PROBLEM TO SOLVE = Records appear below. Give all of them again, exactly.

Collected data:
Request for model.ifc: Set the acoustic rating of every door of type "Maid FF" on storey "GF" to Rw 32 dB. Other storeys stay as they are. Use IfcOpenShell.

First a look at what the model holds.

```python
import ifcopenshell
import ifcopenshell.util.element

model = ifcopenshell.open("model.ifc")
print(model.schema)
storey = next(s for s in model.by_type("IfcBuildingStorey") if s.Name == "GF")
doors = [e for e in ifcopenshell.util.element.get_decomposition(storey) if e.is_a("IfcDoor")]
seen = {}
for e in doors:
    element_type = ifcopenshell.util.element.get_type(e)
    key = (element_type.Name if element_type != e and element_type else None, ifcopenshell.util.element.get_pset(e, "Pset_DoorCommon", "AcousticRating"))
    seen[key] = seen.get(key, 0) + 1
for (name, value), count in sorted(seen.items(), key=str):
    print(count, "x", name, "|", value)
```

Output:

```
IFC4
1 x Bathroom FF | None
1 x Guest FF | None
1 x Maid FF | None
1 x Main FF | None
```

```python
import ifcopenshell
import ifcopenshell.api.pset
import ifcopenshell.util.element

model = ifcopenshell.open("model.ifc")

storey = next(s for s in model.by_type("IfcBuildingStorey") if s.Name == "GF")
doors = [e for e in ifcopenshell.util.element.get_decomposition(storey) if e.is_a("IfcDoor")]

count = 0
for e in doors:
    element_type = ifcopenshell.util.element.get_type(e)
    if element_type in (None, e) or element_type.Name != "Maid FF":
        continue
    # add_pset returns the element's existing set when there is one.
    pset = ifcopenshell.api.pset.add_pset(model, product=e, name="Pset_DoorCommon")
    ifcopenshell.api.pset.edit_pset(model, pset=pset, properties={"AcousticRating": "Rw 32 dB"})
    count += 1

print(count, "doors updated")

model.write("model_edited.ifc")
```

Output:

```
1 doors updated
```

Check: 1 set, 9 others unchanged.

COMPLETED EXERCISE =
Request for model.ifc: Set the acoustic rating of every door of type "Maid FF" on storey "GF" to Rw 32 dB. Other storeys stay as they are. Use IfcOpenShell.

First a look at what the model holds.

```python
import ifcopenshell
import ifcopenshell.util.element

model = ifcopenshell.open("model.ifc")
print(model.schema)
storey = next(s for s in model.by_type("IfcBuildingStorey") if s.Name == "GF")
doors = [e for e in ifcopenshell.util.element.get_decomposition(storey) if e.is_a("IfcDoor")]
seen = {}
for e in doors:
    element_type = ifcopenshell.util.element.get_type(e)
    key = (element_type.Name if element_type != e and element_type else None, ifcopenshell.util.element.get_pset(e, "Pset_DoorCommon", "AcousticRating"))
    seen[key] = seen.get(key, 0) + 1
for (name, value), count in sorted(seen.items(), key=str):
    print(count, "x", name, "|", value)
```

Output:

```
IFC4
1 x Bathroom FF | None
1 x Guest FF | None
1 x Maid FF | None
1 x Main FF | None
```

```python
import ifcopenshell
import ifcopenshell.api.pset
import ifcopenshell.util.element

model = ifcopenshell.open("model.ifc")

storey = next(s for s in model.by_type("IfcBuildingStorey") if s.Name == "GF")
doors = [e for e in ifcopenshell.util.element.get_decomposition(storey) if e.is_a("IfcDoor")]

count = 0
for e in doors:
    element_type = ifcopenshell.util.element.get_type(e)
    if element_type in (None, e) or element_type.Name != "Maid FF":
        continue
    # add_pset returns the element's existing set when there is one.
    pset = ifcopenshell.api.pset.add_pset(model, product=e, name="Pset_DoorCommon")
    ifcopenshell.api.pset.edit_pset(model, pset=pset, properties={"AcousticRating": "Rw 32 dB"})
    count += 1

print(count, "doors updated")

model.write("model_edited.ifc")
```

Output:

```
1 doors updated
```

Check: 1 set, 9 others unchanged.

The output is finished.